Review: The Breathless Sky by
Veronica Henry
Book Two of The Scorched Earth Series
A contemporary fantasy woven with threads of climate fiction and dystopian speculation, The Breathless Sky captivated me with its central premise: what if nature stopped cooperating?
The novel’s most compelling idea lies in its reimagining of photosynthesis. The ancient sequoias— the Earth’s lungs—consciously cease releasing oxygen. Instead, they hoard carbon dioxide, creating a slow suffocation as a form of ecological reckoning. This inversion of natural law was both eerie and fascinating, a bold metaphor for environmental collapse and moral consequence.
Themes of family bonds, betrayal, environmentalism, climate change, ancestral memory preservation and radical change
While the concept kept me reading, my experience with the protagonist, Syrah, was less satisfying.
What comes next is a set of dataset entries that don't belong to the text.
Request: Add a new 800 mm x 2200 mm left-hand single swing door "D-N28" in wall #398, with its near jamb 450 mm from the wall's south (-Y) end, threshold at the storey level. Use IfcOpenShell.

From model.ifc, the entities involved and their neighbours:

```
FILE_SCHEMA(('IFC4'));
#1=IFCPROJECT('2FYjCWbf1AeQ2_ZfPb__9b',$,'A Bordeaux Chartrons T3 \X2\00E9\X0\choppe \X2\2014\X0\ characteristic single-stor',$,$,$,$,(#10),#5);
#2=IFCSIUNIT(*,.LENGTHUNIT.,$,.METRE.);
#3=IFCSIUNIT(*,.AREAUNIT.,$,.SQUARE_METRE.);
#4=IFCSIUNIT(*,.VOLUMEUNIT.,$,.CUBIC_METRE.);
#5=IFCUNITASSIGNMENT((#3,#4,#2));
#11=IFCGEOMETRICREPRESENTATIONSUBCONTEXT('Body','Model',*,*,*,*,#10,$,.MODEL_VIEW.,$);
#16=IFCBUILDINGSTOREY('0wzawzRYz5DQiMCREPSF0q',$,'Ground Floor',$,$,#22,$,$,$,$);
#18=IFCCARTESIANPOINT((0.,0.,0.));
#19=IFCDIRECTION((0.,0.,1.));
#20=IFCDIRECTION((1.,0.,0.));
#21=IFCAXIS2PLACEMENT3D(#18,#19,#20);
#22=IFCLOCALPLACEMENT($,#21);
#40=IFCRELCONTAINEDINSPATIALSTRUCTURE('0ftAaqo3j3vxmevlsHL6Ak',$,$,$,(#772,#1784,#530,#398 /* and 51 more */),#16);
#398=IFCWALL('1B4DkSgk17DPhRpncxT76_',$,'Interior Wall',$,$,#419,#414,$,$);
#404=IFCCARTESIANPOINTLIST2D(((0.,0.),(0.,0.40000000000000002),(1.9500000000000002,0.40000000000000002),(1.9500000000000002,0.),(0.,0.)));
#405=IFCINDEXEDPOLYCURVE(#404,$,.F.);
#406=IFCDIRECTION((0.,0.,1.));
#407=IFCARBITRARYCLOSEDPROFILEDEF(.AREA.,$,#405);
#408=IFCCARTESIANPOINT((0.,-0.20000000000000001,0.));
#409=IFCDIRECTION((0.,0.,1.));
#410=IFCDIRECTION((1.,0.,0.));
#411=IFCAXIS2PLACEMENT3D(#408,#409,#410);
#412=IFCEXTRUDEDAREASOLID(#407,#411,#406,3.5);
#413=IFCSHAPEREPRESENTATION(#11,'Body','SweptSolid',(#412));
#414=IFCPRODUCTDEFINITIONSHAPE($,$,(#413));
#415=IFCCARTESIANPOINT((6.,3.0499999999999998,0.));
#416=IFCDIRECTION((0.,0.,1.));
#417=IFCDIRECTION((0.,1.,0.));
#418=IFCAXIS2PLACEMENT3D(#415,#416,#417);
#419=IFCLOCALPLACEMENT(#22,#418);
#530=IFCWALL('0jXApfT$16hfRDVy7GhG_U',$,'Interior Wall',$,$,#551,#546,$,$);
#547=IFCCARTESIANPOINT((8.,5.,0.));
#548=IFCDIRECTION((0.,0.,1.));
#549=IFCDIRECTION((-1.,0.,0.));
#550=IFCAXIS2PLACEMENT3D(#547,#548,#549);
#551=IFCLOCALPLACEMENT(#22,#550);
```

```python
import numpy as np
import ifcopenshell
import ifcopenshell.api.feature
import ifcopenshell.api.geometry
import ifcopenshell.api.root
import ifcopenshell.api.spatial
import ifcopenshell.geom
import ifcopenshell.util.element
import ifcopenshell.util.placement
import ifcopenshell.util.representation
import ifcopenshell.util.shape
import ifcopenshell.util.unit

model = ifcopenshell.open("model.ifc")
unit_scale = ifcopenshell.util.unit.calculate_unit_scale(model)
settings = ifcopenshell.geom.settings()


def volume(element):
    """Net volume in cubic metres, openings subtracted."""
    shape = ifcopenshell.geom.create_shape(settings, element)
    return ifcopenshell.util.shape.get_volume(shape.geometry)


wall = model.by_guid("1B4DkSgk17DPhRpncxT76_")
storey = ifcopenshell.util.element.get_container(wall, ifc_class="IfcBuildingStorey")
context = ifcopenshell.util.representation.get_context(model, "Model", "Body", "MODEL_VIEW")
before = volume(wall)

width, height, from_end, sill = 0.8, 2.2, 0.45, 0.0  # metres

# The wall runs along its own X axis, and the end named is its -X end.
wall_shape = ifcopenshell.geom.create_shape(settings, wall)
x, y, z = ifcopenshell.util.shape.get_vertices(wall_shape.geometry).T
start = x.min() + from_end
face, thickness = float(y.min()), float(y.max() - y.min())
wall_matrix = ifcopenshell.util.placement.get_local_placement(wall.ObjectPlacement)
level = ifcopenshell.util.placement.get_local_placement(storey.ObjectPlacement)[2, 3]


def in_wall(x, y):
    """Placement at x, y metres in the wall's axes, at sill height."""
    matrix = wall_matrix.copy()
    matrix[:, 3] = wall_matrix @ np.array([x / unit_scale, y / unit_scale, 0.0, 1.0])
    matrix[2, 3] = level + sill / unit_scale
    return matrix


# Opening: a box that overshoots both wall faces by 50 mm.
opening = ifcopenshell.api.root.create_entity(model, ifc_class="IfcOpeningElement", predefined_type="OPENING")
box = ifcopenshell.api.geometry.add_wall_representation(
    model, context=context, length=width, height=height, thickness=thickness + 0.1
)
ifcopenshell.api.geometry.assign_representation(model, product=opening, representation=box)
ifcopenshell.api.geometry.edit_object_placement(model, product=opening, matrix=in_wall(start, face - 0.05), is_si=False)
ifcopenshell.api.feature.add_feature(model, feature=opening, element=wall)

door = ifcopenshell.api.root.create_entity(model, ifc_class="IfcDoor", name="D-N28", predefined_type="DOOR")
door.OverallWidth, door.OverallHeight = width / unit_scale, height / unit_scale
door.OperationType = "SINGLE_SWING_LEFT"
body = ifcopenshell.api.geometry.add_door_representation(
    model,
    context=context,
    overall_width=door.OverallWidth,
    overall_height=door.OverallHeight,
    operation_type="SINGLE_SWING_LEFT",
    lining_properties={"LiningDepth": thickness / unit_scale, "ThresholdDepth": thickness / unit_scale},
)
ifcopenshell.api.geometry.assign_representation(model, product=door, representation=body)
ifcopenshell.api.spatial.assign_container(model, products=[door], relating_structure=storey)
ifcopenshell.api.feature.add_filling(model, opening=opening, element=door)

# The lining spans the wall, so the door starts at the wall face.
ifcopenshell.api.geometry.edit_object_placement(model, product=door, matrix=in_wall(start, face), is_si=False)

after = volume(wall)

print(f"wall volume {before:.3f} -> {after:.3f} m3")

model.write("model-out.ifc")
```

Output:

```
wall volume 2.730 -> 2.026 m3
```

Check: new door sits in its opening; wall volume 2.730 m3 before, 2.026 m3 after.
Her emotional spirals, frequent self-pity, and sluggish personal growth grated on me. In contrast, I found the Rhiza community deeply admirable—their ethos, mutual care, and grounded approach to life offered a hopeful counterpoint to the novel’s darker themes.
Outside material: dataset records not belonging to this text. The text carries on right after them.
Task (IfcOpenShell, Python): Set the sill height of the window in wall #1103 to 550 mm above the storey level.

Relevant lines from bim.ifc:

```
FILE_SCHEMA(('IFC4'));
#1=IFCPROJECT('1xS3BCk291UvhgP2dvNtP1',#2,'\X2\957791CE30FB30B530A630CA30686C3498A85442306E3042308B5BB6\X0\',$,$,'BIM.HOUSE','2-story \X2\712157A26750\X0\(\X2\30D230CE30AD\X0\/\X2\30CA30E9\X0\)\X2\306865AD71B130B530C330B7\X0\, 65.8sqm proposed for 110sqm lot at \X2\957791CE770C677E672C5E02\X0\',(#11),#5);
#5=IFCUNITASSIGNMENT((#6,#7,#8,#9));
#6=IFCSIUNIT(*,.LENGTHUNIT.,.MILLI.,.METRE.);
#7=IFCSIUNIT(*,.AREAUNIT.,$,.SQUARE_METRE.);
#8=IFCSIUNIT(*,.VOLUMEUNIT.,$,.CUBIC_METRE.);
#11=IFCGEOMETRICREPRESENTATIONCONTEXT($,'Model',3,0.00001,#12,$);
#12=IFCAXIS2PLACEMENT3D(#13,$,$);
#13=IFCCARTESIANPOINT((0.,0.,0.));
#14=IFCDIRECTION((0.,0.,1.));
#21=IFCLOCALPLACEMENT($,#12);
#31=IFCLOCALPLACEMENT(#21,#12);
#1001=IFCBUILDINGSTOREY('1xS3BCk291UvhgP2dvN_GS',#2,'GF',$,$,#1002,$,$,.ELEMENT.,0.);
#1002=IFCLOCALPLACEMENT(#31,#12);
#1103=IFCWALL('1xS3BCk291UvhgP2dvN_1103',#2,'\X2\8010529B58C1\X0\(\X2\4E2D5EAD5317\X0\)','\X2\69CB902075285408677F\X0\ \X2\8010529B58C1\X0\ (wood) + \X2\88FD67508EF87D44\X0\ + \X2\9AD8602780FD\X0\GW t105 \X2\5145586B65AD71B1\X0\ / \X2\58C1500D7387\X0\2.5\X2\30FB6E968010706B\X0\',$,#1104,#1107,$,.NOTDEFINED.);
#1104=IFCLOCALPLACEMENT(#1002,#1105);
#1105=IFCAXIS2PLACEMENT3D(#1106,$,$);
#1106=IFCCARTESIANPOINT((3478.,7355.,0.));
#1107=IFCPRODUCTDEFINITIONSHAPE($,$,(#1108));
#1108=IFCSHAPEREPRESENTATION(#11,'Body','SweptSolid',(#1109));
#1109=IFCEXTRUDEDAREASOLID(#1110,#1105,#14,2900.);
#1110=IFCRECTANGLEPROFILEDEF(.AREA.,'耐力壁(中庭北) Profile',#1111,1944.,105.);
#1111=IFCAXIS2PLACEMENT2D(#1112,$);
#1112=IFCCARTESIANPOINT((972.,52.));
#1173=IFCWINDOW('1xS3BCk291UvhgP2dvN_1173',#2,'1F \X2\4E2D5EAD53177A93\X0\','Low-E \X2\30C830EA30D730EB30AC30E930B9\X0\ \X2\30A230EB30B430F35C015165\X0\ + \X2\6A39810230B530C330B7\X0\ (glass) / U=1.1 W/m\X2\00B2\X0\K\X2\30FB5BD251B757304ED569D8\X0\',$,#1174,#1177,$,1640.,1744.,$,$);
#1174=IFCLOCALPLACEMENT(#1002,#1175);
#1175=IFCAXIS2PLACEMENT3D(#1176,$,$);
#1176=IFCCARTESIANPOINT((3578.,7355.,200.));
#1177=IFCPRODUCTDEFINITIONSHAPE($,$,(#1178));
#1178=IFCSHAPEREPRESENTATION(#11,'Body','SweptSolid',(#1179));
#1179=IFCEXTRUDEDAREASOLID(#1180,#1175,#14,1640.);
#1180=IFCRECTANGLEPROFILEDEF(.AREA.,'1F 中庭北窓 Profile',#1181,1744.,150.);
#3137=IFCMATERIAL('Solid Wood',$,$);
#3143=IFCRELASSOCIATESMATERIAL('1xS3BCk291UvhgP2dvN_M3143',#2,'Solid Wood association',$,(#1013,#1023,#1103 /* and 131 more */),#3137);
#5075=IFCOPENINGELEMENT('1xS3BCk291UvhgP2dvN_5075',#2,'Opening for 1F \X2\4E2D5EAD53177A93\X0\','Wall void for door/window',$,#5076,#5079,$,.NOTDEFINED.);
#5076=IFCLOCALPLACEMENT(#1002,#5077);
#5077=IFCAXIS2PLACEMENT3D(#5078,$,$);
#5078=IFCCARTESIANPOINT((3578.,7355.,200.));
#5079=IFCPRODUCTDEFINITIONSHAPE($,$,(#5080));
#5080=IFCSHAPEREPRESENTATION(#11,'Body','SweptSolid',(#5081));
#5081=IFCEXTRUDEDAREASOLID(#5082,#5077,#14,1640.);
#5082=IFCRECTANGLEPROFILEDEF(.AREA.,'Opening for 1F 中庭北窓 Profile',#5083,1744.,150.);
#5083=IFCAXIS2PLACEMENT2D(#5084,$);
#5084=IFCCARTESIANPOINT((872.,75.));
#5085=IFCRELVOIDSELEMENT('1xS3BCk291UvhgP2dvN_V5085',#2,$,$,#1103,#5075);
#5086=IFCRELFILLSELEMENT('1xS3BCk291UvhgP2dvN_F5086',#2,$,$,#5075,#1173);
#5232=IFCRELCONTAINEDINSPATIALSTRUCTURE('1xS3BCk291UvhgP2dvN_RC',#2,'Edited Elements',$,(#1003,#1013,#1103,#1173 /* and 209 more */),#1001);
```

```python
import numpy as np
import ifcopenshell
import ifcopenshell.api.geometry
import ifcopenshell.geom
import ifcopenshell.util.element
import ifcopenshell.util.placement
import ifcopenshell.util.shape
import ifcopenshell.util.unit

model = ifcopenshell.open("bim.ifc")
unit_scale = ifcopenshell.util.unit.calculate_unit_scale(model)

window = model.by_id(1173)
opening = window.FillsVoids[0].RelatingOpeningElement
storey = ifcopenshell.util.element.get_container(window, ifc_class="IfcBuildingStorey")
level = ifcopenshell.util.placement.get_local_placement(storey.ObjectPlacement)[2, 3]

# The opening's origin need not be at the sill, so measure its lowest point.
shape = ifcopenshell.geom.create_shape(ifcopenshell.geom.settings(), opening)
bottom = ifcopenshell.util.shape.get_shape_bottom_elevation(shape, shape.geometry) / unit_scale
dz = level + 550.0 - bottom

shift = np.array([0.0, 0.0, dz])
# The window is not placed relative to its opening, so move both.
for product in (opening, window):
    matrix = ifcopenshell.util.placement.get_local_placement(product.ObjectPlacement)
    matrix[:3, 3] += shift
    ifcopenshell.api.geometry.edit_object_placement(model, product=product, matrix=matrix, is_si=False)

print(f"moved by {dz * unit_scale:+.3f} m")

model.write("bim-out.ifc")
```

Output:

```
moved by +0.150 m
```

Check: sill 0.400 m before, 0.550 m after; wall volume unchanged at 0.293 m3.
Ultimately, The Breathless Sky is a provocative exploration of what might happen if the natural world decided to fight back. It asks not just what we’ve done to the Earth, but what the Earth might do in return.
Below is my synopsis of the book.
She doesn’t speak in words. She speaks in memory—in ash, in mycelium, in the silence between roots.”
—from The Breathless Sky
The Breathless Sky is a story of two siblings—Syrah and Romelo—caught between love and fury, myth and memory. Beneath the towering sequoias lies the lattice: a vast, subterranean root system that connects the forest in silence. Interlaced with it is the filament, a sentient fungal network that remembers everything. Together, they form Rhiza—a hidden world that pulses with ancestral memory and ecological power.
At the center of Rhiza is The Mother. She has been here since the Earth first breathed. She remembers what the world forgets.
Syrah hears her whispers and begins to understand Rhiza’s ancient pull. But becoming its keeper isn’t a given—it’s a calling she must earn, and one Romelo believes should fall to someone else. Their visions for Rhiza diverge, and as wildfire and memory surge, the siblings find themselves on opposite sides of a mythic reckoning.
As the forest burns and the Earth’s oldest voices rise, The Breathless Sky asks: what do we owe the planet—and what do we owe each other?
The Mother has been here since the Earth first breathed. She remembers what the world forgets.